Aroga Biosciences, Inc, 10717 Sorrento Valley Road, San Diego, CA, 92121, USA.
Ther Innov Regul Sci. 2024 Jul;58(4):704-713. doi: 10.1007/s43441-024-00643-4. Epub 2024 Apr 3.
Recent Food and Drug Administration (FDA) draft guidelines are intended to improve representation and formalize the assessment of race and ethnicity in drug development, but how regulators and industry stakeholders plan to implement and enforce new requirements is still being determined.
Here, a 10-question survey was developed to assess the experiences of industry stakeholders in developing diversity plans. These survey results informed an analysis of postmarketing studies to understand how diversity requirements have been enforced to date.

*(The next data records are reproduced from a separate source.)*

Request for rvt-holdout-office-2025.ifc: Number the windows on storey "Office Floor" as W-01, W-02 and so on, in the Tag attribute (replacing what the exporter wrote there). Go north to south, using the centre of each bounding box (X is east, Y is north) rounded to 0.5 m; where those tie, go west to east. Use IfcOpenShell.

First a look at what the model holds.

```python
import ifcopenshell
import ifcopenshell.util.element
import ifcopenshell.util.placement

model = ifcopenshell.open("rvt-holdout-office-2025.ifc")
print(model.schema)
storey = next(s for s in model.by_type("IfcBuildingStorey") if s.Name == "Office Floor")
windows = [e for e in ifcopenshell.util.element.get_decomposition(storey) if e.is_a("IfcWindow")]
for e in sorted(windows, key=lambda e: e.id()):
    origin = ifcopenshell.util.placement.get_local_placement(e.ObjectPlacement)[:3, 3]
    print(e.id(), e.Tag, e.Name, origin.round(2) + 0.0, sep=" | ")
```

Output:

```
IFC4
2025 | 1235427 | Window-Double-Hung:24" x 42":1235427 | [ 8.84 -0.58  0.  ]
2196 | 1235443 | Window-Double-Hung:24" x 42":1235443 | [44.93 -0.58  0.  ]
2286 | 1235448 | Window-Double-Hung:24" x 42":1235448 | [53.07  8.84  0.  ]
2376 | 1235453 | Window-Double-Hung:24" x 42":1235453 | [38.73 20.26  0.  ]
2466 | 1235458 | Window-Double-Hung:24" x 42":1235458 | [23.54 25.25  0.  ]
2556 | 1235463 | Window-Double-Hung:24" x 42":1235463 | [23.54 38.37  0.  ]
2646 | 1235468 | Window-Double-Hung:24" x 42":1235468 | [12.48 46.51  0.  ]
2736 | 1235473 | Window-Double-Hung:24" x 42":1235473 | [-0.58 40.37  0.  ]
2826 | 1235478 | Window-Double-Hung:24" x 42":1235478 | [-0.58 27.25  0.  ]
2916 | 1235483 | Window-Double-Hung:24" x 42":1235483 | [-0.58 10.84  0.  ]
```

```python
import ifcopenshell
import ifcopenshell.geom
import ifcopenshell.util.element
import ifcopenshell.util.shape

model = ifcopenshell.open("rvt-holdout-office-2025.ifc")
settings = ifcopenshell.geom.settings()
settings.set("use-world-coords", True)


def centre(element):
    shape = ifcopenshell.geom.create_shape(settings, element)
    return ifcopenshell.util.shape.get_bbox_centroid(shape.geometry)


storey = next(s for s in model.by_type("IfcBuildingStorey") if s.Name == "Office Floor")
windows = [e for e in ifcopenshell.util.element.get_decomposition(storey) if e.is_a("IfcWindow")]

# Insertion points can sit at a corner or the storey origin, so sort by the geometry (in metres).
centres = {e: centre(e) for e in windows}
windows.sort(key=lambda e: (-round(centres[e][1] / 0.5), centres[e][0]))

for i, e in enumerate(windows, start=1):
    number = f"W-{i:02d}"
    e.Tag = number
    print(e.id(), number)

model.write("rvt-holdout-office-2025_updated.ifc")
```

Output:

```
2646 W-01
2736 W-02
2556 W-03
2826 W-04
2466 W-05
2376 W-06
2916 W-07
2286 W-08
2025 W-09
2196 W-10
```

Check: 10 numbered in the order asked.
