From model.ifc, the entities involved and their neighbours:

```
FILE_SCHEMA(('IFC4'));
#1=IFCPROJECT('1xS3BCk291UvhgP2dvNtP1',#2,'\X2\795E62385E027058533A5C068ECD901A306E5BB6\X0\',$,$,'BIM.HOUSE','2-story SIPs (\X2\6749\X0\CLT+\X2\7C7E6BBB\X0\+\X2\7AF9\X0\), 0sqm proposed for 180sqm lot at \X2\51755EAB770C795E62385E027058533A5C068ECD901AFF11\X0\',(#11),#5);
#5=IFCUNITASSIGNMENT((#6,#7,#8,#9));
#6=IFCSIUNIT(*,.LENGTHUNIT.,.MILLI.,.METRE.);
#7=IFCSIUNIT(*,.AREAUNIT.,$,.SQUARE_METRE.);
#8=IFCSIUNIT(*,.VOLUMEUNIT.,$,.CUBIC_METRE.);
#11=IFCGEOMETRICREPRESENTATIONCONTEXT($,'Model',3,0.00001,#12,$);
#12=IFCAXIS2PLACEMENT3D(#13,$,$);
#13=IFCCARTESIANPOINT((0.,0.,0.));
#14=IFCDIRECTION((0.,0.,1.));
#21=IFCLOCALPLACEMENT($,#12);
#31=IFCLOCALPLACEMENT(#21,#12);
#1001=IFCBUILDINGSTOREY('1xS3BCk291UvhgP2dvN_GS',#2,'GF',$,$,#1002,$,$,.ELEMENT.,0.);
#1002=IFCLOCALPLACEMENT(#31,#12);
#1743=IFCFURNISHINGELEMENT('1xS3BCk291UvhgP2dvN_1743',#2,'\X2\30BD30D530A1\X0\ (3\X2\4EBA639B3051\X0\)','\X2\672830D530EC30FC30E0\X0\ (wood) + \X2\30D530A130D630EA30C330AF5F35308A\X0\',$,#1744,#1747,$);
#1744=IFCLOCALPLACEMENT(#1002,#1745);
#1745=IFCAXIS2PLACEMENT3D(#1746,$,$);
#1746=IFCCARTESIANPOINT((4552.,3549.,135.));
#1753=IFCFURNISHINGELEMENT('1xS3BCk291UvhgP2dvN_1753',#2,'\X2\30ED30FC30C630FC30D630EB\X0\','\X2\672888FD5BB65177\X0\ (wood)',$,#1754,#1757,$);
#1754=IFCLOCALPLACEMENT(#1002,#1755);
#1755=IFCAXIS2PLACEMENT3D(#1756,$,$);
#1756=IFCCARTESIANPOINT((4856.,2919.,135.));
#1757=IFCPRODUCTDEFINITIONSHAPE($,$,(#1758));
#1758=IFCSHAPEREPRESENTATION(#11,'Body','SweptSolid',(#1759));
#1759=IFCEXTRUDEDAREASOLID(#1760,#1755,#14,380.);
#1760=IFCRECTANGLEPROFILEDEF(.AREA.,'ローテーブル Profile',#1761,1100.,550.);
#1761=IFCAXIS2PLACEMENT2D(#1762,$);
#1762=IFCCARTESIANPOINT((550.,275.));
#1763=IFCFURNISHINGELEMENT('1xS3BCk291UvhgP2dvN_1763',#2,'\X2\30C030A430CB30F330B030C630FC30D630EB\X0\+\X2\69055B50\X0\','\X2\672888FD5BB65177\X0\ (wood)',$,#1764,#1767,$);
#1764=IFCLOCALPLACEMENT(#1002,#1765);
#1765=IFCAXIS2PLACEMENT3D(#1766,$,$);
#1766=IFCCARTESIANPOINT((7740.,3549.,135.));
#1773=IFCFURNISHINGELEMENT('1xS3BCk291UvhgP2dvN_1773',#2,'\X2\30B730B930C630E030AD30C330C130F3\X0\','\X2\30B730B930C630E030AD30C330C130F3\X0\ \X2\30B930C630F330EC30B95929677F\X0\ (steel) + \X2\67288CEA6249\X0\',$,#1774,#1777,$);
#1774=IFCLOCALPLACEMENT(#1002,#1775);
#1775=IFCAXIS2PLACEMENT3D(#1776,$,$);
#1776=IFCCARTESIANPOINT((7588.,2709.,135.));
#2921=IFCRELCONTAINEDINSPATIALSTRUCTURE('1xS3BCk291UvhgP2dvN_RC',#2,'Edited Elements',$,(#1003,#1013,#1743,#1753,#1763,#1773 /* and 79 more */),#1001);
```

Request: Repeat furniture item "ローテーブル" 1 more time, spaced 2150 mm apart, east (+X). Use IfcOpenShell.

```python
import numpy as np
import ifcopenshell
import ifcopenshell.api.geometry
import ifcopenshell.api.root
import ifcopenshell.util.element
import ifcopenshell.util.placement
import ifcopenshell.util.unit

model = ifcopenshell.open("model.ifc")
unit_scale = ifcopenshell.util.unit.calculate_unit_scale(model)


def reuse_history(source, copy):
    """copy_class also copies each property set's owner history, people and application; keep the originals."""
    for rel in copy.IsDefinedBy:
        if rel.is_a("IfcRelDefinesByProperties") and (history := rel.RelatingPropertyDefinition.OwnerHistory):
            rel.RelatingPropertyDefinition.OwnerHistory = source.OwnerHistory
            ifcopenshell.util.element.remove_deep2(model, history)


source = model.by_guid("1xS3BCk291UvhgP2dvN_1753")
base = ifcopenshell.util.placement.get_local_placement(source.ObjectPlacement)
step = np.array([1.0, 0.0, 0.0]) * 2.15 / unit_scale

for i in range(1, 2):
    copy = ifcopenshell.api.root.copy_class(model, product=source)
    copy.Representation = ifcopenshell.util.element.copy_deep(
        model, source.Representation, exclude=["IfcGeometricRepresentationContext", "IfcRepresentationMap"]
    )
    reuse_history(source, copy)
    matrix = base.copy()
    matrix[:3, 3] += i * step
    print("added at", matrix[:3, 3].round(3) + 0.0)
    ifcopenshell.api.geometry.edit_object_placement(model, product=copy, matrix=matrix, is_si=False)

model.write("model-out.ifc")
```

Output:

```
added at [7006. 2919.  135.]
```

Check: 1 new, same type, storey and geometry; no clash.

Among 13 survey responders, experience submitting and receiving feedback on diversity plans was limited. A variety of challenges have been associated with developing these plans, including questions regarding regulatory guidance. Sponsors have utilized several data sources, including real-world datasets, to define enrollment goals. Diversity-related postmarketing studies most commonly related to oncologic diseases, and endpoints frequently related to efficacy. Most marketing applications associated with diversity-related postmarketing studies received Orphan drug designation (ODD) and Accelerated Approval.
These results show that industry experience with diversity plans remains limited in the absence of finalized regulatory guidance. Sponsors are beginning to develop strategies for submitting diversity plans, which include identifying key functions and data sources to support enrollment goals, although definitive conclusions were difficult to draw from the small responder pool. In the postmarketing setting, studies are already underway to improve the understanding of racial and ethnic differences in responses to approved drugs. Development programs relating to oncology, which has historically suffered from a lack of diverse representation, have been a primary focus of such studies thus far.
最近美国食品和药物管理局(FDA)的指导草案旨在改善药物开发中种族和民族的代表性,并使对其的评估正式化,但监管机构和行业利益相关者计划如何实施和执行新要求仍在确定中。
在这里,开发了一个包含 10 个问题的调查来评估行业利益相关者制定多样性计划的经验。这些调查结果为理解迄今为止如何执行多样性要求的上市后研究分析提供了信息。
在 13 名调查回应者中,提交和接收多样性计划反馈的经验有限。制定这些计划存在各种挑战,包括对监管指导的疑问。赞助商利用了多种数据源,包括真实世界数据集,来定义入组目标。与多样性相关的上市后研究最常涉及肿瘤疾病,终点通常与疗效相关。与多样性相关的上市后研究相关的大多数营销申请都获得了孤儿药指定(ODD)和加速批准。
在没有最终监管指导的情况下,这些结果表明行业在多样性计划方面的经验仍然有限。赞助商正在开始制定提交多样性计划的策略,其中包括确定支持入组目标的关键功能和数据源,尽管从小的回应者群体中很难得出明确的结论。在上市后环境中,已经有研究正在进行,以提高对批准药物反应中种族和民族差异的理解。迄今为止,此类研究的主要重点一直是涉及肿瘤学的开发项目,该领域历来缺乏多样性代表性。